2.3. Effects of Ebselen on Sub-G1 and Cell Cycle Distributions in Lung Cancer Cells

The observed growth inhibition effect of Ebselen on A549 and Calu-6 lung cancer cells can be attributed to its impact on cell cycle progression. To gain insights from a cell growth perspective, the distribution of cells across various phases of the cell cycle was analyzed. DNA flow cytometric analysis indicated that 2–10 μM Ebselen did not increase the number of sub-G1 phase A549 cells at 24 h but Ebselen at 15 μM and 20 μM significantly increased the number of these cells at 24 h by approximately 25% and 45%, respectively (Figure 3A,B). Furthermore, 2–10 μM Ebselen did not increase the number of sub-G1 phase Calu-6 cells, whereas 15 μM Ebselen significantly increased the number of these cells by approximately 9% at 24 h (Figure 3A,C). As shown in Figure 3A,D, 20 μM Ebselen significantly induced cell cycle arrest of A549 cells in the G1 phase, while Ebselen at all tested concentrations induced S phase arrest, and 15 μM and 25 μM Ebselen significantly increased the number of S phase cells. In contrast, 15 μM and 25 μM Ebselen significantly decreased the number of A549 cells in the G2/M phase (Figure 3A,D). In Ebselen-treated Calu-6 cells, the proportions of G1 phase cells generally decreased, whereas the proportions of G2/M phase cells increased (Figure 3A,E). At concentrations of 10 μM and 15 μM, Ebselen significantly induced a G2/M phase arrest of Calu-6 cells (Figure 3A,E). Taken together, these results demonstrate that Ebselen exerts its growth-inhibitory effects on lung cancer cells through a profound impact on cell cycle regulation, ultimately influencing their growth or proliferation.

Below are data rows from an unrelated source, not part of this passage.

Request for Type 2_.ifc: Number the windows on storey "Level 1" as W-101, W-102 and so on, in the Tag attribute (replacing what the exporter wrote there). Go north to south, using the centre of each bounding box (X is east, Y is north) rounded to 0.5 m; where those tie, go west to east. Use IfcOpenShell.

First a look at what the model holds.

```python
import ifcopenshell
import ifcopenshell.util.element
import ifcopenshell.util.placement

model = ifcopenshell.open("Type 2_.ifc")
print(model.schema)
storey = next(s for s in model.by_type("IfcBuildingStorey") if s.Name == "Level 1")
windows = [e for e in ifcopenshell.util.element.get_decomposition(storey) if e.is_a("IfcWindow")]
for e in sorted(windows, key=lambda e: e.id()):
    origin = ifcopenshell.util.placement.get_local_placement(e.ObjectPlacement)[:3, 3]
    print(e.id(), e.Tag, e.Name, origin.round(2) + 0.0, sep=" | ")
```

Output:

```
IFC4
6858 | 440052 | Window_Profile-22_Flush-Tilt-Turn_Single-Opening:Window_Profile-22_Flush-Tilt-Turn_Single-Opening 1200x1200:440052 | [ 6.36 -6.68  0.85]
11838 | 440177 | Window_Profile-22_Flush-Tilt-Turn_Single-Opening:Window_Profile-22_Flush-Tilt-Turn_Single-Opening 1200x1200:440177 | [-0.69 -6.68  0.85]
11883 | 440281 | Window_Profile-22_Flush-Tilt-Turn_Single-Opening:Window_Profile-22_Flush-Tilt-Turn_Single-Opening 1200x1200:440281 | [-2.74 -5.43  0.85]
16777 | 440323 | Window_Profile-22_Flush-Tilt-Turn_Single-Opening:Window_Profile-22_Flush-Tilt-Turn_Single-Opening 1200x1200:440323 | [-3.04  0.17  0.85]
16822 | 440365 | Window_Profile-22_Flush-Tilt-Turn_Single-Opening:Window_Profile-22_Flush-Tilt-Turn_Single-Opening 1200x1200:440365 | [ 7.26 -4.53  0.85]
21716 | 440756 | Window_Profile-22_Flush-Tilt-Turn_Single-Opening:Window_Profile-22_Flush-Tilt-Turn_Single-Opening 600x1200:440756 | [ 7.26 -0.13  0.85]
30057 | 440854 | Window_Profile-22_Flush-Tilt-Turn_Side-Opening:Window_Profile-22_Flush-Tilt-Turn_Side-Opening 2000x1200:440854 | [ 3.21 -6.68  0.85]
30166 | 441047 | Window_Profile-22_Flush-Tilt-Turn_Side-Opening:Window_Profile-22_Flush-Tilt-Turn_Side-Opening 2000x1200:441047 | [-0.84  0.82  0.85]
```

```python
import ifcopenshell
import ifcopenshell.geom
import ifcopenshell.util.element
import ifcopenshell.util.shape

model = ifcopenshell.open("Type 2_.ifc")
settings = ifcopenshell.geom.settings()
settings.set("use-world-coords", True)


def centre(element):
    shape = ifcopenshell.geom.create_shape(settings, element)
    return ifcopenshell.util.shape.get_bbox_centroid(shape.geometry)


storey = next(s for s in model.by_type("IfcBuildingStorey") if s.Name == "Level 1")
windows = [e for e in ifcopenshell.util.element.get_decomposition(storey) if e.is_a("IfcWindow")]

# Insertion points can sit at a corner or the storey origin, so sort by the geometry (in metres).
centres = {e: centre(e) for e in windows}
windows.sort(key=lambda e: (-round(centres[e][1] / 0.5), centres[e][0]))

for i, e in enumerate(windows, start=1):
    number = f"W-1{i:02d}"
    e.Tag = number
    print(e.id(), number)

model.write("Type 2__rev.ifc")
```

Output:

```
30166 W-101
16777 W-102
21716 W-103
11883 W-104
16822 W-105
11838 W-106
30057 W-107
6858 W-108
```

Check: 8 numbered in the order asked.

2.4. Effects of Ebselen on Mitochondrial Membrane Potential (MMP; ΔΨm) in Lung Cancer Cells

Apoptosis and necrosis are closely related to MMP (ΔΨm) loss. Therefore, the loss of MMP (ΔΨm) in Ebselen-treated cells was evaluated using rhodamine 123 dye. While 2–10 μM Ebselen did not affect MMP (ΔΨm) loss in A549 cells, Ebselen at 15 μM and 20 μM significantly increased MMP (ΔΨm) loss cells by approximately 20% and 80%, respectively (Figure 4A). In addition, 2–5 μM Ebselen did not increase MMP (ΔΨm) loss in Calu-6 cells, whereas 10 μM and 15 μM Ebselen increased MMP (ΔΨm) loss cell by approximately 55% and 70%, respectively (Figure 4B).

2.5. Effects of Z-VAD on Cell Growth and Cell Death in Ebselen-Treated Lung Cancer Cells

The effects of Z-VAD-FMK, a pan-caspase inhibitor, on cell growth and cell death in Ebselen-treated A549 and Calu-6 cells were examined at 24 h. Based on previous experiments related to caspase inhibitors [28], A549 and Calu-6 cells were pretreated with Z-VAD at a concentration of 15 μM for 1 h before 15 μM or 10 μM Ebselen treatment. This concentration of Ebselen was appropriate for distinguishing alterations in cell growth and death. Z-VAD significantly attenuated the growth inhibition of Ebselen-treated A549 cells (Figure 5A). However, Z-VAD did not significantly affect the growth of Ebselen-treated Calu-6 cells (Figure 5B). Z-VAD slightly increased the number of annexin V-positive cells in Ebselen-treated A549 cells but did not affect the number of annexin V-positive cells in Ebselen-treated Calu-6 cells (Figure 5C,D).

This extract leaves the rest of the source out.